You can explicitely restrict search queries to one or more zones in order to search for documents that contain the search term in these zones. Such a search is called attributed, because it is not applied to the whole document but only to selected areas. If a search request is not explicitely restricted to particular zones, all zones are searched.

While document zones enable you to search through specific document parts, document fields are used for enriching the search result of each found document with the information you want to display on the results pages. In the standard configuration, for example, the version field title not only becomes a zone, but in addition to this, its content is stored in the document field title. This enables the Search Cartridge to include the titles of the documents in the search results, for clients to use them as intended.

Document zones and fields can be configured as desired (see Configuring Collections). A version of a CMS file can have any number of version fields. During indexing the fields are transformed into the same number of document zones, provided that the configuration does not exclude zones from indexing or restricts indexing to certain zones.

In contrast to this, all indexed documents always have all document fields. If the configuration defines, for example, that the content of a zone is to be stored in a particular field, this field is always included in the indexed document, even if the respective zone is not present in the document. In this case, the field remains empty.

A client that sends a search request to the Search Engine Server can explicitely name the fields whose content it wants to be included in the search result (see Search Requests). The zones and fields available in the standard configuration can be found in section Content Search.

Pre-Processing During Indexing

As the Search Engine Server indexes documents, you can have every document preprocessed by a script or a program. A pre-processor can be used, for example, to add information not included in the CMS file versions themselves to the documents to be indexed. Pre-processing can also be helpful if you need to alter the encoding of the documents, i. e. to change it to the required format (UTF-8).

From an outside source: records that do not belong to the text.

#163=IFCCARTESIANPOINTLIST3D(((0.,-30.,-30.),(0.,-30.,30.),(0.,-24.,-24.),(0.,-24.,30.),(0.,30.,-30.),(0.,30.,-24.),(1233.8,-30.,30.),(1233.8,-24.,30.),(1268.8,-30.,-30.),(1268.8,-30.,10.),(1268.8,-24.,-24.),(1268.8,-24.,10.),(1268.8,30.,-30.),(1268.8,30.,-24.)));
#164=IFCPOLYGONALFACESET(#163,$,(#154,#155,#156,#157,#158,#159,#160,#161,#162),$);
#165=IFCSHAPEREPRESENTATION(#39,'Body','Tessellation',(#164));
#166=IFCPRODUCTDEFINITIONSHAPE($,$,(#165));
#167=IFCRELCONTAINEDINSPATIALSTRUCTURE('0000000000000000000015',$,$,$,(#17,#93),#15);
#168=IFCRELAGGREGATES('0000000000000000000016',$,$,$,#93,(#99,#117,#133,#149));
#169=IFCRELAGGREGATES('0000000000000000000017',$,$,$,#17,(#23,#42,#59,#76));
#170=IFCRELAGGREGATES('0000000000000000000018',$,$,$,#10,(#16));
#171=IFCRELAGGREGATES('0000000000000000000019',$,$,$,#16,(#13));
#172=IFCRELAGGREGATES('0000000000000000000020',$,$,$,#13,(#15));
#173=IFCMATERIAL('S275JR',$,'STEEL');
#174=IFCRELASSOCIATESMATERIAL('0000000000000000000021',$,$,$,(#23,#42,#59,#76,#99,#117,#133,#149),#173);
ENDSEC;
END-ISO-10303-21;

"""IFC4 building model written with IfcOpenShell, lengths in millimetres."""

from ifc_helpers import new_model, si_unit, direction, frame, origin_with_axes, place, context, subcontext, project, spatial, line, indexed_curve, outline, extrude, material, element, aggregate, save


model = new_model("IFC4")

The Search Engine Server passes the documents to be indexed to the pre-processor without prior modification, i.e. the script or program receives the original indexing request. The pre-processor modifies the data as required and returns it to the Search Engine Server that sends it to the Autonomy search module for indexing.

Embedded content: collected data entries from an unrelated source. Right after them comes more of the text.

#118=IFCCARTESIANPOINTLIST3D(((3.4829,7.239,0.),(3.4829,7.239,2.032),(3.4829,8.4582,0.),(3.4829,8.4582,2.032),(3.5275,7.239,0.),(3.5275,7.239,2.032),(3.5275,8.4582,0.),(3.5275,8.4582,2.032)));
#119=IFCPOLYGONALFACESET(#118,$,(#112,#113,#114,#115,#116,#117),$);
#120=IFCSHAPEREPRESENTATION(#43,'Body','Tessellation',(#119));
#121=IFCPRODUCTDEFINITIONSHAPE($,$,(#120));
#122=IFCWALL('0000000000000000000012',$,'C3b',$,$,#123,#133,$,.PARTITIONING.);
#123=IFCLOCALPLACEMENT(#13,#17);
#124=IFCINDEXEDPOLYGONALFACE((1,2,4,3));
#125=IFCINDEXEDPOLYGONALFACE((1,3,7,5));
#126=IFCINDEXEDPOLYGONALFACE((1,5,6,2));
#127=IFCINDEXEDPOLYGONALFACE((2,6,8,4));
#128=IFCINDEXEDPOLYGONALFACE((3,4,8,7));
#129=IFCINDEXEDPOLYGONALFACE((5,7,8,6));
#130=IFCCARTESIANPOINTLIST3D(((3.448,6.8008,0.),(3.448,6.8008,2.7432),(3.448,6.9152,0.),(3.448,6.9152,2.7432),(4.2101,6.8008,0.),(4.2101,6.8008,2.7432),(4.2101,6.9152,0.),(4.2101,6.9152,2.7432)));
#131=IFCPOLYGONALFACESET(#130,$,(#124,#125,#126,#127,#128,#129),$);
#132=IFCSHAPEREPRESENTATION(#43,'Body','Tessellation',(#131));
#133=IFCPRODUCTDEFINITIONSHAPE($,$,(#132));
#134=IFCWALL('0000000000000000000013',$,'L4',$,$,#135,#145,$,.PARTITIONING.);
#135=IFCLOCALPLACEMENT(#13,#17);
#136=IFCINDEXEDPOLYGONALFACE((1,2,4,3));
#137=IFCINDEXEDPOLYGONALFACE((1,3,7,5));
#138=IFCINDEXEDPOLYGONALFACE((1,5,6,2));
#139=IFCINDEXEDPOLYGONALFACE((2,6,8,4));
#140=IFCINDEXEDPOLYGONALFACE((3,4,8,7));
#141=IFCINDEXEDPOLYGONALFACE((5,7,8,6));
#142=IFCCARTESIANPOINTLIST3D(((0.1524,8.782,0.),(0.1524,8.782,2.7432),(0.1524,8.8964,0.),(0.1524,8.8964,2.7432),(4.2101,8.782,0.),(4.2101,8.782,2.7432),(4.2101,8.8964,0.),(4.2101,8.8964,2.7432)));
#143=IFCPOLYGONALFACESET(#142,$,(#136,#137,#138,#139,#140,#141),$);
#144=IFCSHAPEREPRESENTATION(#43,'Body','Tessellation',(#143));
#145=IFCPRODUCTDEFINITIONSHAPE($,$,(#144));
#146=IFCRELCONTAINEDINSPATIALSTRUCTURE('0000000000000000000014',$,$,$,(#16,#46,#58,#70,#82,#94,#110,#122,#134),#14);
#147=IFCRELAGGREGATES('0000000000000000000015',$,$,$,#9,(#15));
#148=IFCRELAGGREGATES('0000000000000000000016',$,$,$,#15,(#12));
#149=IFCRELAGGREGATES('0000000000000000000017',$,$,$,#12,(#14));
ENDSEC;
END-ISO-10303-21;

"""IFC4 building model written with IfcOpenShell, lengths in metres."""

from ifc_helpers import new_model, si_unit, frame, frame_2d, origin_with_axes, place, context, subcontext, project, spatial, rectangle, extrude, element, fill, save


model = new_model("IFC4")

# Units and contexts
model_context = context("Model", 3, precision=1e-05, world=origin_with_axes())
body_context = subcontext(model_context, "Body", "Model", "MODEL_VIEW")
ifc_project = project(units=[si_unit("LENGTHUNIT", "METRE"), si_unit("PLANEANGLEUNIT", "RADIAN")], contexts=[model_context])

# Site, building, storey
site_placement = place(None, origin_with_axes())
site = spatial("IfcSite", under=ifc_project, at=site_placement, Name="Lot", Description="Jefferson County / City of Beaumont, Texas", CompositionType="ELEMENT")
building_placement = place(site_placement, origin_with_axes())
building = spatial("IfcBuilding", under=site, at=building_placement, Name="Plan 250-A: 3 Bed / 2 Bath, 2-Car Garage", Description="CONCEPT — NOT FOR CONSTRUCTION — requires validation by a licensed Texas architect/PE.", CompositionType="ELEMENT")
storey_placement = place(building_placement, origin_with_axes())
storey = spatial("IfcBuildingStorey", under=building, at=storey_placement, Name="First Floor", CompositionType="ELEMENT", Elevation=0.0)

Identification of Indexed Contents

In the process of indexing, the search module assigns each document a unique identifier, the document ID. This ID is stored as a field in the search index and is returned in the search results. The search module receives the identifiers from the Search Engine Server which in turn has received them from the respective client. Thus, the client decides which CMS file or version field should be used as the document IDs.

While the Content Management Server uses version IDs as document identifiers, the Template Engine uses file IDs. Thus, in the editorial system, the ID of an indexed document corresponds to a version ID, whereas in the live system, the document ID is a file ID.

The document ID enables the client (e.g. the user interface of the editorial system, and the Template Engine) to retrieve additional information about the document. Next to this ID, other important items are also indexed as document fields by default, the individual CMS file paths, and the titles of the relevant CMS file versions, for example. Thus, a client can extract the file paths from the search results to create result pages on which the titles of the retrieved documents are linked to the corresponding web pages.